The disorder in this family was genetically linked to a locus on chromosome 14q12-13, designated DFNA9.4 In the family described by Manolis et al,4 as well as 1 of the 2 kindreds described by Khetarpal et al,3 Robertson and colleagues11 described missense mutations in the human COCH gene. In a large Dutch family with DFNA9, a new Pro51Ser mutation in the COCH gene was found. The onset of hearing impairment ranged from 36 to 62 years of age, starting at the high frequencies. Several cases showed vestibular areflexia.12 In a large Belgian family with the same mutation, hearing loss and vestibular symptoms started between 20 and 56 years of age. The same mutation in the COCH gene was found in the present case as well as cases IV-9 and IV-10 (see Figure 1 and the pedigree1).5
The cause of the dysfunction is still unclear. Khetarpal et al3 discovered an acidophyllic mucopolysaccharide-containing substance, especially in cochleas, maculas, and cristae of patients with DFNA9, as well as severe degeneration of vestibular and cochlear sensory axons and dendrites.

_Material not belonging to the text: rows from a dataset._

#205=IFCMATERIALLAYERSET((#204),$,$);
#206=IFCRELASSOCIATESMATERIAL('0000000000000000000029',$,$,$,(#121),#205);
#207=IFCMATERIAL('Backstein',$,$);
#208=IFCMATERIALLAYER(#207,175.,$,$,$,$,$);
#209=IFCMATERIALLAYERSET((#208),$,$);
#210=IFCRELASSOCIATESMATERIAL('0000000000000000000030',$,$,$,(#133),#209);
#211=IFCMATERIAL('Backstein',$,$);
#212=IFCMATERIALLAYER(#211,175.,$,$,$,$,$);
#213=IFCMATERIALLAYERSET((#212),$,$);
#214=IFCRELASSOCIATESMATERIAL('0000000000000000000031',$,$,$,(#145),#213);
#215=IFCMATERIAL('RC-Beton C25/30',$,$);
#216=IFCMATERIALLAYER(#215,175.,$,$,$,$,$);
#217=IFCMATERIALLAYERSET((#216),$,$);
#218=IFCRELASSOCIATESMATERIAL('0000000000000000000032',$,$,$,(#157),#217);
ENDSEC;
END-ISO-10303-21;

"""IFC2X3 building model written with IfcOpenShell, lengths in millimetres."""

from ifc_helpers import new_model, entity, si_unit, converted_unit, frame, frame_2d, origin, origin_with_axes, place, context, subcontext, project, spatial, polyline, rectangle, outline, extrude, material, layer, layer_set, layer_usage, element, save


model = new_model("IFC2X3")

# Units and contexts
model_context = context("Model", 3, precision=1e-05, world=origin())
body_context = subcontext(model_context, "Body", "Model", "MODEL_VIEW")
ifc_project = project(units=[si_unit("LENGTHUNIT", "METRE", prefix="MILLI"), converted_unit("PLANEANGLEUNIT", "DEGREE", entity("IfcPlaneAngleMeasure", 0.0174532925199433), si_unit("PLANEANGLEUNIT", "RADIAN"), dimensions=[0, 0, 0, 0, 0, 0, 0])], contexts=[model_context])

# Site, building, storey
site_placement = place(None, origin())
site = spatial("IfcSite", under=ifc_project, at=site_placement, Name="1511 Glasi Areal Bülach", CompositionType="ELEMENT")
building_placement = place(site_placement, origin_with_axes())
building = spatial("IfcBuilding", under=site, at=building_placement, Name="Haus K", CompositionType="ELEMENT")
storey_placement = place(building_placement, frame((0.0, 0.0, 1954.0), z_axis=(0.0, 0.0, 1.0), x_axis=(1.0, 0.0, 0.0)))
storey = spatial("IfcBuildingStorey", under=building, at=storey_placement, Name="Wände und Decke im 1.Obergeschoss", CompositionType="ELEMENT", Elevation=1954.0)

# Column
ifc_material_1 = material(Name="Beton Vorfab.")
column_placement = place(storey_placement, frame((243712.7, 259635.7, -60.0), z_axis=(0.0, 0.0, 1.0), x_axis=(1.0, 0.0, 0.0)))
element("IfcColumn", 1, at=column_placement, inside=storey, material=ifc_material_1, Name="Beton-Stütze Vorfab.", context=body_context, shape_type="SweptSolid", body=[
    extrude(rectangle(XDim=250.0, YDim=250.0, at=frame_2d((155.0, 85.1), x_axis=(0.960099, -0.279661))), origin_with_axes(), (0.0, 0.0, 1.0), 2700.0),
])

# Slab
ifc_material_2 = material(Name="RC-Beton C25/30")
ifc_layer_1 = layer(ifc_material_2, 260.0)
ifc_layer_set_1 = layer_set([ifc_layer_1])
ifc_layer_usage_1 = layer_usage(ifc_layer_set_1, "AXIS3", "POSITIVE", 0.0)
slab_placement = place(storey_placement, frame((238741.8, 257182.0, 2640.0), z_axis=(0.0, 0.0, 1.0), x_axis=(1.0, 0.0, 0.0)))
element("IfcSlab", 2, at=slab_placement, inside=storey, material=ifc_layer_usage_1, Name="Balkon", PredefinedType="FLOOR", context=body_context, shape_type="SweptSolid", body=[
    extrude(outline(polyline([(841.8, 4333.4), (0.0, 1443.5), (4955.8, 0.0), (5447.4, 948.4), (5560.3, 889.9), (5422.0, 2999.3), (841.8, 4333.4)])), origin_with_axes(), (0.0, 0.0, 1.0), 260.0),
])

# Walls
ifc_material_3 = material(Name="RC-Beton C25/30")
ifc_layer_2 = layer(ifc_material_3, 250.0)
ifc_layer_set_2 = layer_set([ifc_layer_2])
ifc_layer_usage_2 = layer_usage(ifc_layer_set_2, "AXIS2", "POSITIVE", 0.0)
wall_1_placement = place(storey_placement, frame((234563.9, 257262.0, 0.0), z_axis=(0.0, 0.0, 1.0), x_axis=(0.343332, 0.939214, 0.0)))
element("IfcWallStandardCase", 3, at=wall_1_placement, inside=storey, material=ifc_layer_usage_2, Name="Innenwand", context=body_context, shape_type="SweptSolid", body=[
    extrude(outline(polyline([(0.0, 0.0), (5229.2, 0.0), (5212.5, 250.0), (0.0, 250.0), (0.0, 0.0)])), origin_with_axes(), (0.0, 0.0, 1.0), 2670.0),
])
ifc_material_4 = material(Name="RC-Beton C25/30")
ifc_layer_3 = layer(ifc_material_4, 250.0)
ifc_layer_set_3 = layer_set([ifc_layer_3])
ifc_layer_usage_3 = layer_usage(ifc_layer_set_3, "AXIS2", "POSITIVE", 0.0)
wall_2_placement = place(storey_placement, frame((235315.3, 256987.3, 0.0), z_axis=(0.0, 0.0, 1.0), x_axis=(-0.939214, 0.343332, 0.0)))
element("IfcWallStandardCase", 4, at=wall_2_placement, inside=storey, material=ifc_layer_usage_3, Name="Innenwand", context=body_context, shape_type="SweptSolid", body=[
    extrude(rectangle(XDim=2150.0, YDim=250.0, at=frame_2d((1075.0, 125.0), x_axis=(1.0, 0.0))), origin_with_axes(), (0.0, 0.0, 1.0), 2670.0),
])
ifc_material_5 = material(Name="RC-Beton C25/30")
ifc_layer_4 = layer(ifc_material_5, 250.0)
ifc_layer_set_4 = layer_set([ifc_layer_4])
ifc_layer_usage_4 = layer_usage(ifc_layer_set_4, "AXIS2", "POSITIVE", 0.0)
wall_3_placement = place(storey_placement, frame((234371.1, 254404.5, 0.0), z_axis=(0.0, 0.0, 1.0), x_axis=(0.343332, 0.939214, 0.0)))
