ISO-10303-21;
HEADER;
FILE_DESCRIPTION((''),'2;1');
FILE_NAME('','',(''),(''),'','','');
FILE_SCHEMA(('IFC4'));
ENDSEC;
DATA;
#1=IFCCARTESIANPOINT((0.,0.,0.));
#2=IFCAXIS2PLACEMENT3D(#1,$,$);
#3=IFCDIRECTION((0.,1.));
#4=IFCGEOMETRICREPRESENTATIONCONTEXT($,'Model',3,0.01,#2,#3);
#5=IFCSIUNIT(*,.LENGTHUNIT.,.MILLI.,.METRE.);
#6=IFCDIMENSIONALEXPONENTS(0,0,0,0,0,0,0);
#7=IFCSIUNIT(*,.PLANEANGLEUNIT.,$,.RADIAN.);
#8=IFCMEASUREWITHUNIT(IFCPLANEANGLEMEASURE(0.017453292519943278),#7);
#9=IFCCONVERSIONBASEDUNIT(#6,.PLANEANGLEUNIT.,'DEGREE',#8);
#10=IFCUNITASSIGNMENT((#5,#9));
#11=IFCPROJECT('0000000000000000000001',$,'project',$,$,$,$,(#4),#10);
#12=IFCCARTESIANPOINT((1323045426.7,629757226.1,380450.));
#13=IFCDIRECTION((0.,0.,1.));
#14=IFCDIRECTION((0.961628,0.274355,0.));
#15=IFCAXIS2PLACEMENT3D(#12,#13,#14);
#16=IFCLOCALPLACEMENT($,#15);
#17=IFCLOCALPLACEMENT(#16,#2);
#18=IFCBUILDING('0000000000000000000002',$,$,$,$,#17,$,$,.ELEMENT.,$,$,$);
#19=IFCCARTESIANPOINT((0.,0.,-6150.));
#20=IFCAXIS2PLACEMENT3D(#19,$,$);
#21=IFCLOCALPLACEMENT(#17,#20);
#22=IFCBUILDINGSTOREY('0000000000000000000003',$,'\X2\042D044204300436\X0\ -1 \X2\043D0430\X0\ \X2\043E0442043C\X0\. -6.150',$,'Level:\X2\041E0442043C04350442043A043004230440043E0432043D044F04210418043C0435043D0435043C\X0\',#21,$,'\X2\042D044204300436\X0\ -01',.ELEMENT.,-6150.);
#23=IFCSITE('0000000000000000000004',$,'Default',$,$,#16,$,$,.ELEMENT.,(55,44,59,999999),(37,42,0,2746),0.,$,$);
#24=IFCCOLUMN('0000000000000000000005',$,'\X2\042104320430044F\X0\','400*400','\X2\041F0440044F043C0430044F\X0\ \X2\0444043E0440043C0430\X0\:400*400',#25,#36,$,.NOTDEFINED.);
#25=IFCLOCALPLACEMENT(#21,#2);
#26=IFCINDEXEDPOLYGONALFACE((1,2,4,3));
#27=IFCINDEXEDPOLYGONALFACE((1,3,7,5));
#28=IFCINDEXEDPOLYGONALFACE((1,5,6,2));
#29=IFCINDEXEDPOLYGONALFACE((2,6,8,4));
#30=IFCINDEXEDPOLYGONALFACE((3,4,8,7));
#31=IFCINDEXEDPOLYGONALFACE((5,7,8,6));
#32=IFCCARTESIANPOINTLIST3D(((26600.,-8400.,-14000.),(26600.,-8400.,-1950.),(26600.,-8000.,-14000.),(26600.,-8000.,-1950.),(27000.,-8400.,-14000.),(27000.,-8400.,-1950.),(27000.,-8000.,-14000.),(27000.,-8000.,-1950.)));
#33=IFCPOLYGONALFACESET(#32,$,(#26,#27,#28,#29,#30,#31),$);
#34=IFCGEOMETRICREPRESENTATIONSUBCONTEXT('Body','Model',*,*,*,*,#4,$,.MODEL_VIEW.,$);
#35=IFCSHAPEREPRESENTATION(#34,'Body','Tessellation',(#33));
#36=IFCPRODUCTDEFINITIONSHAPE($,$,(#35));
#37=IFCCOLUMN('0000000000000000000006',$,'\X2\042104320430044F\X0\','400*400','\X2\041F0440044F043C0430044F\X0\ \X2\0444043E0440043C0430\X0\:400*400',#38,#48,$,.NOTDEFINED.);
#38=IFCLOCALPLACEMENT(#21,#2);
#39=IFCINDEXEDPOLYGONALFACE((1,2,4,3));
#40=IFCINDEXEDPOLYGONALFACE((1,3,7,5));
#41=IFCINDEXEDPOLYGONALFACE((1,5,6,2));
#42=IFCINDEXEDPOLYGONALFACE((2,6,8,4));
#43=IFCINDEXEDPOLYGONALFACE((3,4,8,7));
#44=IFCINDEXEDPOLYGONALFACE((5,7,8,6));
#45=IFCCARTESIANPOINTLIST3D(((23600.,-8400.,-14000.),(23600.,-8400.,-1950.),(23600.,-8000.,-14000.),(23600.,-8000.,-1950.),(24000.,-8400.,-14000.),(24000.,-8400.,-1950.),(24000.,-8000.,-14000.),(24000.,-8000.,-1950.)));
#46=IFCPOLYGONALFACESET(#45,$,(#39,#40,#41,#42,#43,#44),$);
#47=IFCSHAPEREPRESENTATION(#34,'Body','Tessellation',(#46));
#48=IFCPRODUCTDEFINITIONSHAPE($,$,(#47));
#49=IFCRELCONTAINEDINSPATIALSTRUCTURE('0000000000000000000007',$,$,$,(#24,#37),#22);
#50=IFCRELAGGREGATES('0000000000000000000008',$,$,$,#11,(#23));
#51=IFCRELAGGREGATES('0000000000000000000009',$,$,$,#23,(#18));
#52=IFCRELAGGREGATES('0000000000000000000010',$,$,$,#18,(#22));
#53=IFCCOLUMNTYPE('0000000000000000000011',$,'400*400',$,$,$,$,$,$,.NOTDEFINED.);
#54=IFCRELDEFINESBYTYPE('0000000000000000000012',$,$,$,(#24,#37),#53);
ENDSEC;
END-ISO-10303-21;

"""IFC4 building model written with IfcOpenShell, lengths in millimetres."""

from ifc_helpers import new_model, entity, si_unit, converted_unit, direction, frame, origin, place, context, subcontext, project, spatial, indexed_curve, outline, extrude, type_object, element, save


model = new_model("IFC4")

# Units and contexts
model_context = context("Model", 3, precision=0.01, world=origin(), true_north=direction((0.0, 1.0)))
body_context = subcontext(model_context, "Body", "Model", "MODEL_VIEW")
ifc_project = project(units=[si_unit("LENGTHUNIT", "METRE", prefix="MILLI"), converted_unit("PLANEANGLEUNIT", "DEGREE", entity("IfcPlaneAngleMeasure", 0.017453292519943278), si_unit("PLANEANGLEUNIT", "RADIAN"), dimensions=[0, 0, 0, 0, 0, 0, 0])], contexts=[model_context])

# Site, building, storey
site_placement = place(None, frame((1323045426.7, 629757226.1, 380450.0), z_axis=(0.0, 0.0, 1.0), x_axis=(0.961628, 0.274355, 0.0)))
site = spatial("IfcSite", under=ifc_project, at=site_placement, Name="Default", CompositionType="ELEMENT", RefLatitude=(55, 44, 59, 999999), RefLongitude=(37, 42, 0, 2746), RefElevation=0.0)
building_placement = place(site_placement, origin())
building = spatial("IfcBuilding", under=site, at=building_placement, CompositionType="ELEMENT")
storey_placement = place(building_placement, frame((0.0, 0.0, -6150.0)))
storey = spatial("IfcBuildingStorey", under=building, at=storey_placement, Name="Этаж -1 на отм. -6.150", ObjectType="Level:ОтметкаУровняСИменем", LongName="Этаж -01", CompositionType="ELEMENT", Elevation=-6150.0)

# Columns
column_type = type_object("IfcColumnType", Name="400*400", PredefinedType="NOTDEFINED")
column_1_placement = place(storey_placement, origin())
element("IfcColumn", 1, at=column_1_placement, inside=storey, type_object=column_type, Name="Свая", Description="400*400", ObjectType="Прямая форма:400*400", PredefinedType="NOTDEFINED", context=body_context, shape_type="SweptSolid", body=[
    extrude(outline(indexed_curve([(-200.0, -200.0), (200.0, -200.0), (200.0, 200.0), (-200.0, 200.0), (-200.0, -200.0)], self_intersect=False)), frame((26800.0, -8200.0, -14000.0), z_axis=(0.0, 0.0, 1.0), x_axis=(0.0, 1.0, 0.0)), (0.0, 0.0, 1.0), 12050.0),
])
column_2_placement = place(storey_placement, origin())
element("IfcColumn", 2, at=column_2_placement, inside=storey, type_object=column_type, Name="Свая", Description="400*400", ObjectType="Прямая форма:400*400", PredefinedType="NOTDEFINED", context=body_context, shape_type="SweptSolid", body=[
    extrude(outline(indexed_curve([(-200.0, -200.0), (200.0, -200.0), (200.0, 200.0), (-200.0, 200.0), (-200.0, -200.0)], self_intersect=False)), frame((23800.0, -8200.0, -14000.0), z_axis=(0.0, 0.0, 1.0), x_axis=(0.0, 1.0, 0.0)), (0.0, 0.0, 1.0), 12050.0),
])

save(model, "model.ifc")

These areas correspond with areas in the chicken inner ear that show high levels of COCH expression.11 It was suggested that the mucopolysaccharide deposit could cause strangulation of nerve endings.3
Such strangulation might result in aberrant stimulation, ephaptic transmission, or triggering of primary vestibular afferent nerve fibers, giving rise to release from inhibition at the beginning of the disease, followed by vestibular hyporeflexia developing into complete areflexia because of nerve fiber degeneration. It also seems possible that an initial release from inhibition is caused by predominant involvement of efferent vestibular nerve endings, which is later followed by deafferentation when the afferent nerve endings are involved. The peculiar caloric response findings were similar to those previously reported as being associated with Ménière disease. These signs can be interpreted as being caused by release from contralateral inhibition.13 In one other family linked to DFNA9, fluctuating hearing loss was documented.5 In the same family, some patients reported periodic vertigo, sometimes with nausea. Our family showed phenotypic variability also. The father, grandfather, and oldest brother of the patient described herein (II-7, III-16, and IV-9; see Figure 1 and the pedigree1) had no fluctuations or Ménière-like symptoms, but his sister (IV-10) mentioned unilateral tinnitus and an episode of vertigo.2 The cause of the phenotypic variability and the gene product are unknown. It may be that some patients who are suspected to suffer from Ménière disease in fact have DFNA9, a possibility that may now be assessed by screening for COCH mutations.5
Accepted for publication November 16, 1999.